#### [PROBLEM TO SOLVE]
From the entries below, report only the number of lines that contain the word "IFCSIUNIT".

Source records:
::::
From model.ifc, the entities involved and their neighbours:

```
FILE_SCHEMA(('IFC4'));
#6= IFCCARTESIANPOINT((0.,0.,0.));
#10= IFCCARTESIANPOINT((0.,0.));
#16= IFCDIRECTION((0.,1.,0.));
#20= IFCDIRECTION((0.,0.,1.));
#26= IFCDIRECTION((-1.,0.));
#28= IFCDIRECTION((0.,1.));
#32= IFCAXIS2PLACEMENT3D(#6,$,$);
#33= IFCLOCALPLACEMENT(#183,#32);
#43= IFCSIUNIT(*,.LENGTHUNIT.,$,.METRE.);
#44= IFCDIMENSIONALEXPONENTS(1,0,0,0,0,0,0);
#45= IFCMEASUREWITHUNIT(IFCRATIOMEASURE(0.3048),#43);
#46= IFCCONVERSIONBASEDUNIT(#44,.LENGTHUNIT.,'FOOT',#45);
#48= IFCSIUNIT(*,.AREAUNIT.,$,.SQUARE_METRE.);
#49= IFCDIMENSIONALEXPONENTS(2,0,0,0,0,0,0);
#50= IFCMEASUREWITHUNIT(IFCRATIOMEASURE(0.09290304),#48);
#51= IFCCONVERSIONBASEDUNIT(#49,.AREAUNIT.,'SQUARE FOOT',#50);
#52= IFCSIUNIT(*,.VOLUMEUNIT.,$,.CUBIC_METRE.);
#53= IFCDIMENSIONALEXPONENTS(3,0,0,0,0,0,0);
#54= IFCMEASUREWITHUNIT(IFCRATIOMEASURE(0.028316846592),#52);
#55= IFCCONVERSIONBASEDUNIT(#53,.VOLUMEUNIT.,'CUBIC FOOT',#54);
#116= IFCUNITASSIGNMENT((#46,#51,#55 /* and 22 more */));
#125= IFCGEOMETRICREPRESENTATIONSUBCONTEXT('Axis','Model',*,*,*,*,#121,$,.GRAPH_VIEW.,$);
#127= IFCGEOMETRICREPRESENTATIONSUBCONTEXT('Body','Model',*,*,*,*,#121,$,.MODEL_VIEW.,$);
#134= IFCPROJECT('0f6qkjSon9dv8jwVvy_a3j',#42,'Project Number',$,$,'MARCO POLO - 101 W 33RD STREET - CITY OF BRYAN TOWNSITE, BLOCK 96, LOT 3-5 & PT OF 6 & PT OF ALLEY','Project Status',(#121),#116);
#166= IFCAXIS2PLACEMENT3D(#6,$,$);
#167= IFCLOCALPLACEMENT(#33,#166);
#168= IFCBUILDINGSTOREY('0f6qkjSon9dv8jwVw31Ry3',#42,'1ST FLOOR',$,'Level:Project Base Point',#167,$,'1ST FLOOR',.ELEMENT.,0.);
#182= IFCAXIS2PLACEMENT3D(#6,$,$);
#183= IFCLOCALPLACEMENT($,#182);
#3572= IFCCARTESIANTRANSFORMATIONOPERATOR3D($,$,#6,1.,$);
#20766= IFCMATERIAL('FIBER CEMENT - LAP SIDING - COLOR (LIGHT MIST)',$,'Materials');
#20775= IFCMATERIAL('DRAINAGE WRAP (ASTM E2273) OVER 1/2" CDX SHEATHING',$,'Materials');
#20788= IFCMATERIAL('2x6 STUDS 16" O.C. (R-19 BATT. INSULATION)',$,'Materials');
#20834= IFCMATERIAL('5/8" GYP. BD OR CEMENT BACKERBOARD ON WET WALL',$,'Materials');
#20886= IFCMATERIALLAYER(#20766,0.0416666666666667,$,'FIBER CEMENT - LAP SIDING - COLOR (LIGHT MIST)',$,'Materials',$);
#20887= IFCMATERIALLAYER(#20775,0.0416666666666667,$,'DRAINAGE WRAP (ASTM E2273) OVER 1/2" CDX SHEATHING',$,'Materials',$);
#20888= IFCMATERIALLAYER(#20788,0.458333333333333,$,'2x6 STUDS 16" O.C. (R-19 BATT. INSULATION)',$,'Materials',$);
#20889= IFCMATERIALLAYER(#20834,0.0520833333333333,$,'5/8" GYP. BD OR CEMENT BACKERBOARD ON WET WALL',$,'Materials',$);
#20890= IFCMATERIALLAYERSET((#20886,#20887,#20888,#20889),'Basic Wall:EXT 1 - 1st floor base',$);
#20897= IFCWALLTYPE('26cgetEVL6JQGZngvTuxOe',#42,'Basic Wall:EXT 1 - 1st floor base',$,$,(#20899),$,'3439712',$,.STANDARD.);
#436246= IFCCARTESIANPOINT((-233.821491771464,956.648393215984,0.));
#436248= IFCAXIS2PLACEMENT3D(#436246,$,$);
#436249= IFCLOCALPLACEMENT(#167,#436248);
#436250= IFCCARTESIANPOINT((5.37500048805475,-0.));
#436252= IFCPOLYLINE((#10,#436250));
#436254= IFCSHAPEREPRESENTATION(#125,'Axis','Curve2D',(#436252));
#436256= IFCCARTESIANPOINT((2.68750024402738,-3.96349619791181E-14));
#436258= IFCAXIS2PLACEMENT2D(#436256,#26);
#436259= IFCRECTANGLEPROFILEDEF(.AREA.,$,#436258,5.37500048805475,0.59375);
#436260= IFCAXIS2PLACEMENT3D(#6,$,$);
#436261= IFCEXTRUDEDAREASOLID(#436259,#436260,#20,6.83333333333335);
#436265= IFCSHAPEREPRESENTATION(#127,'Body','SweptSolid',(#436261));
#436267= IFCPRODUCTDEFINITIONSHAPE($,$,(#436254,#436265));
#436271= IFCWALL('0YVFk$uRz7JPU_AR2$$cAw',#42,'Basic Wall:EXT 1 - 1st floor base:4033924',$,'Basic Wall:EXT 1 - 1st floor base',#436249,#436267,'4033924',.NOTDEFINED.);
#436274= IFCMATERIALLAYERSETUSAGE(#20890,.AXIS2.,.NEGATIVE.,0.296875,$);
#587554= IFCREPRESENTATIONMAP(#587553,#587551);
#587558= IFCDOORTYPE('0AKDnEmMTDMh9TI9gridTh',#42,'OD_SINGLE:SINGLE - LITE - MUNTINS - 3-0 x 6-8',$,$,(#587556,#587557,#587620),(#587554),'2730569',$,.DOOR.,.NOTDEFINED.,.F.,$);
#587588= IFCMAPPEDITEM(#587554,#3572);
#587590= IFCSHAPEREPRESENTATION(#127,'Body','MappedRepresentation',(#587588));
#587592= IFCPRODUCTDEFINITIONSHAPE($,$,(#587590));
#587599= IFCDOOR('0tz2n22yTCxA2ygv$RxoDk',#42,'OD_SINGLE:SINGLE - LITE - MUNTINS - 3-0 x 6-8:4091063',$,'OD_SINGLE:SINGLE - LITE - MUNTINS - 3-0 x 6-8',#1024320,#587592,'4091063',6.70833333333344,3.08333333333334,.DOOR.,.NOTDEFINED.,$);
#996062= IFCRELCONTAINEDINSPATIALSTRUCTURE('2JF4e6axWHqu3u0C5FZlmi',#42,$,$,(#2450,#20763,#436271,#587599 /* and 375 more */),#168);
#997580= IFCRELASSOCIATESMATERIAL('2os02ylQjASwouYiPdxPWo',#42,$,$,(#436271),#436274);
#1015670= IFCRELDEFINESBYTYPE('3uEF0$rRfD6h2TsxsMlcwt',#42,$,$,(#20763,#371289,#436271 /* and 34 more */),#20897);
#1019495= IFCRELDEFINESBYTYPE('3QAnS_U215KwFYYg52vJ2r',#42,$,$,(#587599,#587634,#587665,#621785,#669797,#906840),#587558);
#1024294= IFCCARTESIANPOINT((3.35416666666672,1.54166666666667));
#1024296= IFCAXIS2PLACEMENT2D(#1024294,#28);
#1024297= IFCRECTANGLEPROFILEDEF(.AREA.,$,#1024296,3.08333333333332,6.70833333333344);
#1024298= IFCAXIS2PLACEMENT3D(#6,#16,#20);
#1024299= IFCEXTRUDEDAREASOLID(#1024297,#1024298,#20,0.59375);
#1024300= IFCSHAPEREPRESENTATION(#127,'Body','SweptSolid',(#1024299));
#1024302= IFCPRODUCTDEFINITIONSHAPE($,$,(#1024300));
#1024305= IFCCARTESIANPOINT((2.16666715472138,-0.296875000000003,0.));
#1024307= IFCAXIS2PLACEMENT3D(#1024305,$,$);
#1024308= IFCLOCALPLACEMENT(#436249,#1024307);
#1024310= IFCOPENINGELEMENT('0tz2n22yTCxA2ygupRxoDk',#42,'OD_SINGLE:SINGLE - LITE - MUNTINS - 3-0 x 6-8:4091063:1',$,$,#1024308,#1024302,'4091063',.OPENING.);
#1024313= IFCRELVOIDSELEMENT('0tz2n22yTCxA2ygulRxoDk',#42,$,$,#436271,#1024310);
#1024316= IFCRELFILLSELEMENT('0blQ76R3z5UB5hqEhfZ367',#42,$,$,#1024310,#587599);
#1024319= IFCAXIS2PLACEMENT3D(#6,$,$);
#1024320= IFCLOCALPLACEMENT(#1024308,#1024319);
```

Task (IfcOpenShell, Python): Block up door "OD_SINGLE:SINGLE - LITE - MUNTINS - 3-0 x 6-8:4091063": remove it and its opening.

```python
import ifcopenshell
import ifcopenshell.api.feature
import ifcopenshell.api.root
import ifcopenshell.geom
import ifcopenshell.util.shape

model = ifcopenshell.open("model.ifc")
settings = ifcopenshell.geom.settings()


def volume(element):
    """Net volume in cubic metres, openings subtracted."""
    shape = ifcopenshell.geom.create_shape(settings, element)
    return ifcopenshell.util.shape.get_volume(shape.geometry)


door = model.by_guid("0tz2n22yTCxA2ygv$RxoDk")
opening = door.FillsVoids[0].RelatingOpeningElement
wall = opening.VoidsElements[0].RelatingBuildingElement
before = volume(wall)

ifcopenshell.api.root.remove_product(model, product=door)
ifcopenshell.api.feature.remove_feature(model, feature=opening)

after = volume(wall)

print(f"wall volume {before:.3f} -> {after:.3f} m3")

model.write("model_updated.ifc")
```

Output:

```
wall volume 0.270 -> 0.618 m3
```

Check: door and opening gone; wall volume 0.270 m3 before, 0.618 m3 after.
::::
#### [OUTPUT OF THE EXERCISE]
3